Image & Video

LTX-2.3 inference slashed from 300s to 45s on RTX 3080Ti

INT8 quantization and resolution tweaks yield 6× speedup on older hardware.

Deep Dive

A developer building an entertainment app powered by video generation AI successfully optimised LTX-2.3 inference speed on an RTX 3080Ti, dropping generation time from 300 seconds to just 45 seconds per clip. The process involved several key tweaks. First, reducing the output resolution from 1080×1920 to 720×1280 cut time to ~120s. Switching the spatial upscaler from 2× to 1.5× further reduced to 80s, but with a quality trade-off. Next, cutting Stage 2 (upsampling) steps from 3 to 2 by modifying the sigma list saved proportional time without noticeable quality loss. The biggest breakthrough came from using INT8 quantization instead of NVFP4—the RTX 3080Ti (Ampere) handles INT8 far better, dropping time from 80s to 45s. Since few INT8 models or ComfyUI nodes existed for the new v1.1, the developer wrote a custom conversion script and loader node using an AI agent.
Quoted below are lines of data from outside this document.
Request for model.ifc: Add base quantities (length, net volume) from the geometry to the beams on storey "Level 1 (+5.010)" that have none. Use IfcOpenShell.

First a look at what the model holds.

```python
import ifcopenshell
import ifcopenshell.util.element
import ifcopenshell.util.unit

model = ifcopenshell.open("model.ifc")
print(model.schema)
for unit_type in ("LENGTHUNIT", "AREAUNIT", "VOLUMEUNIT"):
    print(unit_type, ifcopenshell.util.unit.calculate_unit_scale(model, unit_type))
storey = next(s for s in model.by_type("IfcBuildingStorey") if s.Name == "Level 1 (+5.010)")
beams = [e for e in ifcopenshell.util.element.get_decomposition(storey) if e.is_a("IfcBeam")]
for e in sorted(beams, key=lambda e: e.id()):
    print(e.id(), e.is_a(), e.Name, list(ifcopenshell.util.element.get_psets(e, qtos_only=True)), sep=" | ")
```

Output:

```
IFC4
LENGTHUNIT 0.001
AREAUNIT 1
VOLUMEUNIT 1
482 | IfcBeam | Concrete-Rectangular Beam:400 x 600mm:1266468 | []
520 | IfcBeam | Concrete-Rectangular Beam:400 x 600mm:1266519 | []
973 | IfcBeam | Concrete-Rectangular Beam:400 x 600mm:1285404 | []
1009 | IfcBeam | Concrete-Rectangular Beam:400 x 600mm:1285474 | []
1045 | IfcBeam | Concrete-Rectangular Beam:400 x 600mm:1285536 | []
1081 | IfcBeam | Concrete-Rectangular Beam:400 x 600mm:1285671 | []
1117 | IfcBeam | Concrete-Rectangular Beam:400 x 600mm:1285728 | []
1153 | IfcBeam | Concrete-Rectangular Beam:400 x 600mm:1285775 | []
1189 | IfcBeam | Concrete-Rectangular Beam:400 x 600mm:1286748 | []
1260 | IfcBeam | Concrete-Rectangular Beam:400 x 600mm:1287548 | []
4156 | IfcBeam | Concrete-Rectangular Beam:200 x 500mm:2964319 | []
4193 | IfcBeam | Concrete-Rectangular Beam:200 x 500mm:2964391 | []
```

```python
import ifcopenshell
import ifcopenshell.api.pset
import ifcopenshell.geom
import ifcopenshell.util.element
import ifcopenshell.util.shape
import ifcopenshell.util.unit

model = ifcopenshell.open("model.ifc")
unit_scale = ifcopenshell.util.unit.calculate_unit_scale(model)
volume_scale = ifcopenshell.util.unit.calculate_unit_scale(model, "VOLUMEUNIT")
settings = ifcopenshell.geom.settings()

storey = next(s for s in model.by_type("IfcBuildingStorey") if s.Name == "Level 1 (+5.010)")
beams = [e for e in ifcopenshell.util.element.get_decomposition(storey) if e.is_a("IfcBeam")]

for e in sorted(beams, key=lambda e: e.id()):
    if ifcopenshell.util.element.get_psets(e, qtos_only=True, should_inherit=False):
        continue
    # Geometry comes back in metres, in the element's own axes.
    shape = ifcopenshell.geom.create_shape(settings, e)
    values = {
        "Length": ifcopenshell.util.shape.get_max_xyz(shape.geometry) / unit_scale,
        "NetVolume": ifcopenshell.util.shape.get_volume(shape.geometry) / volume_scale,
    }
    qto = ifcopenshell.api.pset.add_qto(model, product=e, name="Qto_BeamBaseQuantities")
    ifcopenshell.api.pset.edit_qto(model, qto=qto, properties=values)
    print(e.id(), {k: round(v, 3) for k, v in values.items()})

model.write("model-out.ifc")
```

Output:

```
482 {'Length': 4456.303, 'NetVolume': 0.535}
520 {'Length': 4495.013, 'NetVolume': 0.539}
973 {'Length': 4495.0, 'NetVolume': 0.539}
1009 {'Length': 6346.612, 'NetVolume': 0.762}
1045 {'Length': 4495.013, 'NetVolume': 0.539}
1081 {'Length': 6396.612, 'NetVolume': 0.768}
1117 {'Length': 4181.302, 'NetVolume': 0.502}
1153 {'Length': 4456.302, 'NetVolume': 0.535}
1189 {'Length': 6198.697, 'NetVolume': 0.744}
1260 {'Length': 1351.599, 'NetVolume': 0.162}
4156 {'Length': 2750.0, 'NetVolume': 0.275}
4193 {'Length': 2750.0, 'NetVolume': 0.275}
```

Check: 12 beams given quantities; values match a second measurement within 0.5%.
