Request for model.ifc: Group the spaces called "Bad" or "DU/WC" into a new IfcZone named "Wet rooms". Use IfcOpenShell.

First a look at what the model holds.

```python
import ifcopenshell

model = ifcopenshell.open("model.ifc")
print(model.schema)
seen = {}
for space in model.by_type("IfcSpace"):
    seen[space.LongName] = seen.get(space.LongName, 0) + 1
for name, count in sorted(seen.items(), key=str):
    print(count, "x", name)
print("zones:", [z.Name for z in model.by_type("IfcZone")][:20])
```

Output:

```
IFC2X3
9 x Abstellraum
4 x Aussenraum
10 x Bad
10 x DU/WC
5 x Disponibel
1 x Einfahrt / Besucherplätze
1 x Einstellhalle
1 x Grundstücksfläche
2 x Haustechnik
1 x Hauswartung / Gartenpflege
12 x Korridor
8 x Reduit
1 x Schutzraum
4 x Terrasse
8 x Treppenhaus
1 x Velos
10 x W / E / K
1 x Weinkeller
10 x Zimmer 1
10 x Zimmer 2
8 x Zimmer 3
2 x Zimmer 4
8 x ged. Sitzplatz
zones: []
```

```python
import ifcopenshell
import ifcopenshell.api.group
import ifcopenshell.api.root

model = ifcopenshell.open("model.ifc")

names = {"Bad", "DU/WC"}
spaces = [s for s in model.by_type("IfcSpace") if s.LongName in names]

zone = ifcopenshell.api.root.create_entity(model, ifc_class="IfcZone", name="Wet rooms")
ifcopenshell.api.group.assign_group(model, products=spaces, group=zone)
print(len(spaces), "spaces in", zone.Name)

model.write("model_rev.ifc")
```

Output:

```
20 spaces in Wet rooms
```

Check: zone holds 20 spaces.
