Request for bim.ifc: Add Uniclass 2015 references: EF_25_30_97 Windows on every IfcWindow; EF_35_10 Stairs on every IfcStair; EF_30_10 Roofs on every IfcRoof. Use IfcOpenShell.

First a look at what the model holds.

```python
import ifcopenshell

model = ifcopenshell.open("bim.ifc")
print(model.schema)
print("classifications:", [c.Name for c in model.by_type("IfcClassification")])
for ifc_class in ("IfcDoor", "IfcRoof", "IfcStair", "IfcWall", "IfcWindow"):
    print(ifc_class, len(model.by_type(ifc_class)))
```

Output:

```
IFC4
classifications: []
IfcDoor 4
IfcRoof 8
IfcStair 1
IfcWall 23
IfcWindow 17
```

```python
import ifcopenshell
import ifcopenshell.api.classification

model = ifcopenshell.open("bim.ifc")

system = ifcopenshell.api.classification.add_classification(model, classification="Uniclass 2015")

codes = {
    "IfcWindow": ("EF_25_30_97", "Windows"),
    "IfcStair": ("EF_35_10", "Stairs"),
    "IfcRoof": ("EF_30_10", "Roofs"),
}
for ifc_class, (code, name) in codes.items():
    products = model.by_type(ifc_class)
    ifcopenshell.api.classification.add_reference(
        model, products=products, classification=system, identification=code, name=name
    )
    print(code, len(products))

model.write("bim_rev.ifc")
```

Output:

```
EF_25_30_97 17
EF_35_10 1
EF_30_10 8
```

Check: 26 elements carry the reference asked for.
The optimised workflow runs 832×1024 resolution at 49 frames (down from 121). Adding a LoRA (rank 16) adds about 4 seconds overhead. The first inference is slower due to model loading, but subsequent runs consistently achieve ~45s. For shorter clips, reducing frame count drastically cuts processing time. The developer notes that Sage Attention didn’t help on Ampere, but suggests RTX 50xx users may benefit. Training was done on an RTX 5090 with musubi-tuner using FP8 and NF4 to save VRAM. The final setup demonstrates that with careful tuning, high-quality video generation is practical even on last-gen consumer GPUs.

Key Points
  • Resolution drop from 1080×1920 to 832×1024 reduced time from 300s to ~120s.
  • INT8 quantization provided the largest speedup, cutting from 80s to 45s on RTX 3080Ti.
  • Custom ComfyUI nodes were required because few INT8 models existed for LTX-2.3 v1.1.

Why It Matters

Practical optimisation guide enables affordable video generation on consumer GPUs without sacrificing quality.